Fiedlerさんの命を救ったAutoPulseのしくみを解説した動画
 Fiedlerさんを死の際から救ったのは、“AutoPulse”という心臓サポートポンプ。患者の腰から上をカバーする固定板の上にポンプ装置がベルトで据えられたもので、負荷を分散させて胸部全体を安定的に圧迫することができる。なお、最近あちこちで見かけるAEDとの違いは、ひと言でいえばAEDが電気ショックで心臓の働きを取り戻す装置であるのに対して、こちらは物理的な胸骨圧迫を行う装置であることだ。

 心拍停止で人が死ぬのは、脳への酸素と血液の供給が止まってしまうから。それを防ぐために行われるのが心臓マッサージ(胸骨圧迫)だが、人力では力の入り方にムラがあるし、そもそもすぐに疲れてしまう。手動の圧迫では正常な血流量に比べて心臓へは10〜20%、脳へは30〜40%しか確保できない、と言われている。それをバッテリ駆動式のポンプで安定して行うのがAutoPulseだと、製造元のZOLL Medical Corporation(米国、マサチューセッツ州)は謳う。
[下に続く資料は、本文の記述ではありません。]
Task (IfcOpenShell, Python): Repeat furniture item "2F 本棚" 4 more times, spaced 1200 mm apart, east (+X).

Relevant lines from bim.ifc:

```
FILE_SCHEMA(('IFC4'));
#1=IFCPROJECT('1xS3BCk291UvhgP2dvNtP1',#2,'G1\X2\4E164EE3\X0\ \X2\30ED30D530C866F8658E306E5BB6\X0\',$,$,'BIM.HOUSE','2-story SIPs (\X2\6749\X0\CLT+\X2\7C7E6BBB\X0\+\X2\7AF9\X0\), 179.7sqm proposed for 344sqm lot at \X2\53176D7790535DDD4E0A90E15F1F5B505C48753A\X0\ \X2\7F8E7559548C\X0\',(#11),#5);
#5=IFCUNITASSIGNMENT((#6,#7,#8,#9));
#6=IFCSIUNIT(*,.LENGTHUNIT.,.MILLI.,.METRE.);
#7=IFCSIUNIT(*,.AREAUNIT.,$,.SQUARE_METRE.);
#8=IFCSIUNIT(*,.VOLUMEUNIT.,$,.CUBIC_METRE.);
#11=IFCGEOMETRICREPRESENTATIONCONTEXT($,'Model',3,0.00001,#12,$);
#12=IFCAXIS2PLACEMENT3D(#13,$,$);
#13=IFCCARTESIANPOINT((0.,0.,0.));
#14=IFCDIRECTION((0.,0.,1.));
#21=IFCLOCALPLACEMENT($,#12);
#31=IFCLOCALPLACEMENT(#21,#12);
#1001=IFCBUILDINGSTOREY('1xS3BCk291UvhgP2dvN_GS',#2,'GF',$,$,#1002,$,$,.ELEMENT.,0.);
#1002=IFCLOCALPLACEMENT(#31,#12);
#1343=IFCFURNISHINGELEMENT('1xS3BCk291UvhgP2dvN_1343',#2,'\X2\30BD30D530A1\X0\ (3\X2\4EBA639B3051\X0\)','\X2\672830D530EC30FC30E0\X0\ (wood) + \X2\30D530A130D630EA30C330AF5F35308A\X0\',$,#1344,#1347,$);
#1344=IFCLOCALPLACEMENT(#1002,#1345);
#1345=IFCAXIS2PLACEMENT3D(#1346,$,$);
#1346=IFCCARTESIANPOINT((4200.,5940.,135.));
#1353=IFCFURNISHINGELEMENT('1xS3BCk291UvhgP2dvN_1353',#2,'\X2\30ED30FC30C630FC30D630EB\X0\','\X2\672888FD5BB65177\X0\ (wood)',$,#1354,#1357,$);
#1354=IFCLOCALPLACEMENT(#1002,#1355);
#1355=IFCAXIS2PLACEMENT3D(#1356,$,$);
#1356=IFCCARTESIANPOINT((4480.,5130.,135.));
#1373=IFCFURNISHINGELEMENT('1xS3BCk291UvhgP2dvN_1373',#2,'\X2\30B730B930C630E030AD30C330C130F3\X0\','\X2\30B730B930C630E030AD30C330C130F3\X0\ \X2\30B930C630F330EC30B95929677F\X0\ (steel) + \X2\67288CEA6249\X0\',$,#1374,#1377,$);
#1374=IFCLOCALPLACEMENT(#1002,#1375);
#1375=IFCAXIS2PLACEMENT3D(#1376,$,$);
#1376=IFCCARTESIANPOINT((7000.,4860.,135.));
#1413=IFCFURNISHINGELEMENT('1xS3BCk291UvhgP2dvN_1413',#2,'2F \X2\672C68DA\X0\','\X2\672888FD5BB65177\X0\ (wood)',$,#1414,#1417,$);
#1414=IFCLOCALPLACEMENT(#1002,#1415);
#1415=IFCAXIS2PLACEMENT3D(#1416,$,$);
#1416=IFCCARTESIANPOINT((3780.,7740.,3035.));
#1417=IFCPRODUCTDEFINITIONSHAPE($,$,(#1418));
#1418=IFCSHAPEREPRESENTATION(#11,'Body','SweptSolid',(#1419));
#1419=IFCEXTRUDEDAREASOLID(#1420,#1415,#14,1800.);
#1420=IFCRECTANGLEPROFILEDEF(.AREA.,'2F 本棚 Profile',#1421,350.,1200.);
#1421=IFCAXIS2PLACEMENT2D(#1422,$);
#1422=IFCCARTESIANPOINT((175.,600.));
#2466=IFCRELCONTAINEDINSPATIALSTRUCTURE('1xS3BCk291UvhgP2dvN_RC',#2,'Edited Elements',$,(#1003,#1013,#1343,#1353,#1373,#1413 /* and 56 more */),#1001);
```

```python
import numpy as np
import ifcopenshell
import ifcopenshell.api.geometry
import ifcopenshell.api.root
import ifcopenshell.util.element
import ifcopenshell.util.placement
import ifcopenshell.util.unit

model = ifcopenshell.open("bim.ifc")
unit_scale = ifcopenshell.util.unit.calculate_unit_scale(model)


def reuse_history(source, copy):
    """copy_class also copies each property set's owner history, people and application; keep the originals."""
    for rel in copy.IsDefinedBy:
        if rel.is_a("IfcRelDefinesByProperties") and (history := rel.RelatingPropertyDefinition.OwnerHistory):
            rel.RelatingPropertyDefinition.OwnerHistory = source.OwnerHistory
            ifcopenshell.util.element.remove_deep2(model, history)


source = model.by_id(1413)
base = ifcopenshell.util.placement.get_local_placement(source.ObjectPlacement)
step = np.array([1.0, 0.0, 0.0]) * 1.2 / unit_scale

for i in range(1, 5):
    copy = ifcopenshell.api.root.copy_class(model, product=source)
    copy.Representation = ifcopenshell.util.element.copy_deep(
        model, source.Representation, exclude=["IfcGeometricRepresentationContext", "IfcRepresentationMap"]
    )
    reuse_history(source, copy)
    matrix = base.copy()
    matrix[:3, 3] += i * step
    print("added at", matrix[:3, 3].round(3) + 0.0)
    ifcopenshell.api.geometry.edit_object_placement(model, product=copy, matrix=matrix, is_si=False)

model.write("bim_v2.ifc")
```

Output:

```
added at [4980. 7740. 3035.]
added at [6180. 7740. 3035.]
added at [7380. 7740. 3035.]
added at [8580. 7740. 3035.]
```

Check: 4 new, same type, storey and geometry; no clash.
 ニュース記事によれば、Fiedlerさんは救急車での搬送中に、2つの病院からどちらを選ぶかと問われた。そこでThe Alfred病院と答えたことが彼に幸運をもたらすことになる。AutoPulseマシンと、携帯式の人工心肺装置による最新の心肺蘇生治療を提供するメルボルン地区唯一の病院がそこだったからだ。

 AutoPulseを含む治療システムのおかげで、脳や臓器への血液と酸素の供給が確保されるため、医師は慌てず騒がす心拍停止の原因を突き止めて治療することができる。そしてFiedlerさんは後遺症もなく無事に退院することができた。The Alfred病院ではこれまでに3人を心拍停止から蘇生させており、各人が臨床的に死亡していた時間は40〜60分になるという。

 記事への反応は、現地のオーストラリア人とそれ以外で真っ二つに分かれている。病院のあるメルボルンに移住しようかと(本気ではないにしても)言うオーストラリア人がいる一方で、外国人の反応にはよそ事で茶化し半分のものが目立つ。やはり死というものは身近で起きない限り他人事なのだろうか。

 ちなみにAutoPulseについては、イギリスで3時間半の心拍停止からの蘇生例が報道されている一方、オランダ国王の子息が雪崩に巻き込まれた際にはバッテリが9分15秒しか持たなかったこともまたニュースで報じられており、バッテリライフを含めた不具合も複数報告されている。
  • 「そんなに長いこと心臓が止まってて脳死しなかったのかしら? だって、40分間も脳に酸素が送られなかったら、とても生きてはいられないわよ」(米国)
  • 「死から生還なんてしょっちゅう聞くニュースだね。心拍停止と脳死を一緒くたにしてもらっては困るね」(オーストラリア)
  • 「40年間かと一瞬思った。それならガチで快挙だなって」(イギリス)
  • 「その人から臨死体験のことを聞いてみたいな」(米国)
  • 「すばらしい機器だと思う。でも、我々が死ぬのは脳が活動を停止するからで、心拍停止は必ずしも死を意味するわけじゃない。それはそうと、やっぱりすばらしい技術だと思うよ」(オーストラリア)
  • 「へえ〜すごいね。ひょっとしてこれでゾンビに説明がつく?」(米国)
  • 「死にたくないから、今すぐメルボルンに移住しないと」(オーストラリア)
  • 「アムステルダムじゃ何年か前から同じような機器が救急車に積まれてるよ。ようやく豪州も追いついてきたってところだね」(オランダ)

※上記枠内はすべて編集部訳

(執筆者:待兼 音二郎)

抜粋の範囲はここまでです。